私のアイドル

アイドルが好きだ。色んなオタクとなって生きてきて、その都度熱狂するジャンルはあったけれどずっと音楽を聴くことが私は好きだった。
その中でもアイドルの曲は上手く自分の気持ちを表現することが苦手だった子供時代の私にとって、足りない勇気やエネルギーを補給してくれるようなそんな存在だった。自分には持ち得ない手の届かない太陽のようなキラキラだけど、何よりも私の人生の辛酸を和らげてくれた神様のような…そんな信仰に似た存在だった。
そのアイドルのオタクになっていつも思う事がある。大好きなアイドルに幸せでいてほしい。ただのオタクにできることなんてほとんどなくて、せいぜいCDやグッズをできる限りで購入して大好きだとそういう気持ちを文字にして綴るしかできないけれども。

初めて私がアイドルのオタクになるんだと決めた素敵な女の子のアイドルがいた。その子は志半ば精神的な問題でその道から降りた。SNSでその子への気持ちを呟いたけれど、上手く気持ちの消化ができなかった。しばらくはずっとその子の影を舐めるように探してしまった時期もあったし、アイドルを辞めた理由が理由だっただけに何一つその子の助けになれなかった自分が烏滸がましくも情けなく感じた。
数年経ちその子はアイドルではなくモデルとして私の前にまた現れてくれた。彼女なりのペースでアイドルとは違う形だけど、その子が笑顔で過ごしている姿を見せてくれた…その事にかつての私の心が救われた気がした。

昔舞台俳優オタクだった頃の推しが、とてもお世話になっていた先輩俳優がいた。共演も多く、個人的に好ましかった方なので推しがいなくてもその人の作品もよく見ていた。
その人にもう会えなくなったと知ったとき、頭が理解できなかった。考えることを脳が拒絶して、でも推しがそのことについて文字にしたブログを見てついぞ認めるしかなくなった。
あの頃、夜中に急にそれまでの思い出がぶり返して泣いて眠れないことが多々あった。推しと共演するイベントや舞台を見るためになれない夜行バスに乗ったことや、その方のファンと現場で語らった記憶。何年も何年もふいに思い出して、もう出会えない。年下の私はその人の年にいつか追いつくんだと思って吐き気が襲ってきた。

だからデジャヴュだった。個人的に清涼感があって好ましく聴くグループの、その顔を覚えているほどだった方が星になったと聞いたとき。

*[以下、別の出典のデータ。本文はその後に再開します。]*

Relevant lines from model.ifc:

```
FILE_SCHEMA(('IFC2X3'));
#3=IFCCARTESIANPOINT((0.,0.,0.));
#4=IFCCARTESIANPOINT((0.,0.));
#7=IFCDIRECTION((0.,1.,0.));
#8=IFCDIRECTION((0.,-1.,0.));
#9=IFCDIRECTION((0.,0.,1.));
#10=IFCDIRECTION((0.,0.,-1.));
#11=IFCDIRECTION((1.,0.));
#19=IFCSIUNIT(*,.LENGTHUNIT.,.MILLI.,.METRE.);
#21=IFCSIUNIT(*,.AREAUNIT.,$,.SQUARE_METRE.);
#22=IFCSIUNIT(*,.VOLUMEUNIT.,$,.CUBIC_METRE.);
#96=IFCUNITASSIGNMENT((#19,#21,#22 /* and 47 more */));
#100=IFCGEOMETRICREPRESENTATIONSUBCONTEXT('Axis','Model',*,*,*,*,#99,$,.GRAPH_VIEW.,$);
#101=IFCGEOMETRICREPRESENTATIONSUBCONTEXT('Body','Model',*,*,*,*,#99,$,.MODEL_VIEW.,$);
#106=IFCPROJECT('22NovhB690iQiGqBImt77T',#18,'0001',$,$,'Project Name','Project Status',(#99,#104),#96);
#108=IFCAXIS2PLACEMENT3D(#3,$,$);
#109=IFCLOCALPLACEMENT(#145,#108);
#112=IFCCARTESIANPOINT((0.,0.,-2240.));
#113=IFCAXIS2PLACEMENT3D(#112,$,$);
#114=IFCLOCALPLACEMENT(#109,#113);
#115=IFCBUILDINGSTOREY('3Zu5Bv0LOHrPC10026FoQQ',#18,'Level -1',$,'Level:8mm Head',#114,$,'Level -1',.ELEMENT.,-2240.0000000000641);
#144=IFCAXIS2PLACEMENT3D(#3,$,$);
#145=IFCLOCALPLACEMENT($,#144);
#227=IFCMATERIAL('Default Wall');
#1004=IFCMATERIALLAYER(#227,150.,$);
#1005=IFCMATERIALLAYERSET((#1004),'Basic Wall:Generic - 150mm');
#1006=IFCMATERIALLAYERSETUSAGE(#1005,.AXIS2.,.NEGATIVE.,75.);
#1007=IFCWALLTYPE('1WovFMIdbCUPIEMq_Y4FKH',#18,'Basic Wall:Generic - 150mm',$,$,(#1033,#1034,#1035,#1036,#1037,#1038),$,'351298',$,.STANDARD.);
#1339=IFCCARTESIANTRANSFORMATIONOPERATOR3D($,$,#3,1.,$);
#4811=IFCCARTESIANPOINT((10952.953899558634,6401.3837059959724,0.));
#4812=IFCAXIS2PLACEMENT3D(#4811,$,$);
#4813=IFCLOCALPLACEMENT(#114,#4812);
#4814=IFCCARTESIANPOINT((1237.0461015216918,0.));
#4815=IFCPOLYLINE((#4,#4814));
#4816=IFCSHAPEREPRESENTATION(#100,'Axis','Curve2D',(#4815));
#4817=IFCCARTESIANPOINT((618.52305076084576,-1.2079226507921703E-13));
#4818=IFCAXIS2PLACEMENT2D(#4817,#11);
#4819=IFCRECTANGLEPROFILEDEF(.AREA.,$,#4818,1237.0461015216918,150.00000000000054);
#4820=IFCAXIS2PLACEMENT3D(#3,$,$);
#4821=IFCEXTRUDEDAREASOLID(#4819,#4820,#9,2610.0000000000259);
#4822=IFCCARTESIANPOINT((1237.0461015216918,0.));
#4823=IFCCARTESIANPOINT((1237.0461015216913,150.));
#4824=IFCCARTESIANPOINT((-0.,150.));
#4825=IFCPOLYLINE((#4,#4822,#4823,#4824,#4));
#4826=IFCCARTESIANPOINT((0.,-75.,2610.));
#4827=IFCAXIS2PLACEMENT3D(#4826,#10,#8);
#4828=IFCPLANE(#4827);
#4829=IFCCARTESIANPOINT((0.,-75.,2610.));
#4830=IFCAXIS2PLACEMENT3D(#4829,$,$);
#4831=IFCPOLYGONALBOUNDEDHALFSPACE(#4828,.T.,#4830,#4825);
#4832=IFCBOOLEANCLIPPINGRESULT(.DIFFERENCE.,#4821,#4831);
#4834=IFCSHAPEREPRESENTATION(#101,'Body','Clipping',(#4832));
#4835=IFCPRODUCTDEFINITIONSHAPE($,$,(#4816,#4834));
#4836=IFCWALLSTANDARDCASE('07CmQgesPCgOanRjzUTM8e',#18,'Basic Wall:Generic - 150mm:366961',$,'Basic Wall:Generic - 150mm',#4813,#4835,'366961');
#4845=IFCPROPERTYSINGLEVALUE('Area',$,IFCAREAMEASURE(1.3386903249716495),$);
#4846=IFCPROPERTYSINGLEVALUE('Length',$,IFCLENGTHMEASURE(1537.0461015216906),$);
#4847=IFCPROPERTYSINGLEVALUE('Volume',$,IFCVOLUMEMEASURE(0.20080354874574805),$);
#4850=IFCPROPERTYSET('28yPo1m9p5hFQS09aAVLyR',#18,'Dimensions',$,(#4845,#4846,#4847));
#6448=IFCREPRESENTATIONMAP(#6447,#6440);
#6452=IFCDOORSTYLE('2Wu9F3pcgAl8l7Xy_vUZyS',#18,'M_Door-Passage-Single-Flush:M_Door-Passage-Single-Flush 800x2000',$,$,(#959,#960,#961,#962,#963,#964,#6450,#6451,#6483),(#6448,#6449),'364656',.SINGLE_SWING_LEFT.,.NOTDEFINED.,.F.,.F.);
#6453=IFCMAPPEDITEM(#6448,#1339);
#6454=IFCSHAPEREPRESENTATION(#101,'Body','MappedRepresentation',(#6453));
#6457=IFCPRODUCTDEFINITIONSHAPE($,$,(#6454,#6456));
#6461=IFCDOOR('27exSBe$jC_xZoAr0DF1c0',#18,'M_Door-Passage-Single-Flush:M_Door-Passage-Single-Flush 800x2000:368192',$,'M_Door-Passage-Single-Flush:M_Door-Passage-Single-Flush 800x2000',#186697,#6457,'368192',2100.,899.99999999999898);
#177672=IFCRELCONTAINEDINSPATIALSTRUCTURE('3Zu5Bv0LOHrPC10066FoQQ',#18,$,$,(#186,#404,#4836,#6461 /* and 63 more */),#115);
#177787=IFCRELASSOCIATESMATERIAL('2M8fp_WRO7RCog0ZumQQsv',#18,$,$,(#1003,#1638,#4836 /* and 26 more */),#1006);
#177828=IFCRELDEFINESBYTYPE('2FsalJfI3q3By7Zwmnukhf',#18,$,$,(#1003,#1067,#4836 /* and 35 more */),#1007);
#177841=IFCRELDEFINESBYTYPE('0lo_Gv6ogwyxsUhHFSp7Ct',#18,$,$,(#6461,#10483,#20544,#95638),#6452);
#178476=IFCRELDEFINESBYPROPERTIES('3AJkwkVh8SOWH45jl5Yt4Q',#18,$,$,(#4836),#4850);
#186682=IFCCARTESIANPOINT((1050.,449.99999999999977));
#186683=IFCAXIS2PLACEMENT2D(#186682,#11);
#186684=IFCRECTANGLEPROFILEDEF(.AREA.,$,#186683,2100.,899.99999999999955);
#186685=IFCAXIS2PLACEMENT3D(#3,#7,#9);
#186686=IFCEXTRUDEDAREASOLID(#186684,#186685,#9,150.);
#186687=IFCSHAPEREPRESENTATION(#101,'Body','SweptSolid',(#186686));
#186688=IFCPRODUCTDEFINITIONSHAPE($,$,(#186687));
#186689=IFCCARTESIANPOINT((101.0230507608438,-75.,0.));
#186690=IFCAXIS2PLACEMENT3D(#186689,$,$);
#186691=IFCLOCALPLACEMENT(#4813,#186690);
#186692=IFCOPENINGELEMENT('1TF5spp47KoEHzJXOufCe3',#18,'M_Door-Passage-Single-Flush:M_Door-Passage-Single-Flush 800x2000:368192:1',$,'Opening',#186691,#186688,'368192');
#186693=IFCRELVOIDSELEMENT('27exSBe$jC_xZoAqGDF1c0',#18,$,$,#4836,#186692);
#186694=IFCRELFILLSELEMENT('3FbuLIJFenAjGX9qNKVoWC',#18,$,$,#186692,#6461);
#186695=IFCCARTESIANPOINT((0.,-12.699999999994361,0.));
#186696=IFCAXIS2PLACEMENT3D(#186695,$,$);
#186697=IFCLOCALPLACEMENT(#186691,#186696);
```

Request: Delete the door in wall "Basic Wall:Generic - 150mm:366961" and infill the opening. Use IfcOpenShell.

```python
import ifcopenshell
import ifcopenshell.api.feature
import ifcopenshell.api.pset
import ifcopenshell.api.root
import ifcopenshell.geom
import ifcopenshell.util.element
import ifcopenshell.util.shape
import ifcopenshell.util.unit

model = ifcopenshell.open("model.ifc")
area_scale = ifcopenshell.util.unit.calculate_unit_scale(model, "AREAUNIT")
volume_scale = ifcopenshell.util.unit.calculate_unit_scale(model, "VOLUMEUNIT")
settings = ifcopenshell.geom.settings()


def volume(element):
    """Net volume in cubic metres, openings subtracted."""
    shape = ifcopenshell.geom.create_shape(settings, element)
    return ifcopenshell.util.shape.get_volume(shape.geometry)


door = model.by_guid("27exSBe$jC_xZoAr0DF1c0")
opening = door.FillsVoids[0].RelatingOpeningElement
wall = opening.VoidsElements[0].RelatingBuildingElement
before = volume(wall)

ifcopenshell.api.root.remove_product(model, product=door)
ifcopenshell.api.feature.remove_feature(model, feature=opening)

after = volume(wall)
thickness = 0.15  # wall thickness in metres

# Update the wall's stored quantities.
pset = model.by_id(ifcopenshell.util.element.get_pset(wall, "Dimensions", should_inherit=False)["id"])
ifcopenshell.api.pset.edit_pset(model, pset=pset, properties={
    "Area": model.create_entity("IfcAreaMeasure", after / thickness / area_scale),
    "Volume": model.create_entity("IfcVolumeMeasure", after / volume_scale),
})

print(f"wall volume {before:.3f} -> {after:.3f} m3")

model.write("model_v2.ifc")
```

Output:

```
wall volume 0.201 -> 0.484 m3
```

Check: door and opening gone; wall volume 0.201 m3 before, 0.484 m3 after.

悲しいことに前例がなかった訳ではないK-POPでついぞ出会いたくなかったその報せに、やるせない気持ちになってこのnoteを書きなぐっている。何度も文字に表しきれなくて悔しい。この感情がどうにも不甲斐ない。そこまでさせてしまったアイドルとは、なんなんだろう。

私の今の推しも時々心配になるくらい、ファンに対して心を砕いていると感じることがあって歯痒くなる。あまり眠れないと話していたとも聞く。
もうすぐ兵役に向かう推しは少しずつ身の回りを変化させていて、それでも私に、ファンに寄添おうと時間を共有してくれているところは変わらずにいてくれている。やがてその供給が途絶えても待ち続けられる自信が芽生えてきた気がする。でもきっと兵役に行く前の推しと帰ってきた推しは違うものになるんだろうな。その変化を少しでもたくさん愛せるような自分になれるように努力したい。だから大丈夫だから、どうか不安にならず健やかに幸せでいてほしい。

私はアイドルが見せてくれる束の間の夢をみつめて愛することしかできない。
アイドルの人生に責任をとってあげることはできない。逆もまた。
ああしてほしい。こうであってほしい。そんなことはやめてほしい。言っていい訳がない。でもオタクだからつい軽い気持ちで大小様々な欲望を口にしてしまう。そんな自分に自己嫌悪してしまう。
幸せでいてほしいと思うのにアイドルを縛るような台詞を吐いてしまう自分が嫌だ。
それでも自分の人生で生きていく勇気をくれたアイドルは幸せでいてほしい。極論だけどその幸せが引退という道でも、すぐには無理でも受け入れられるようになりたい。同じ空の下で生きている推しが幸せなら、推しを大好きだと想えた気持ちが私に残されているなら私も頑張って生きていける。本当にそう思う。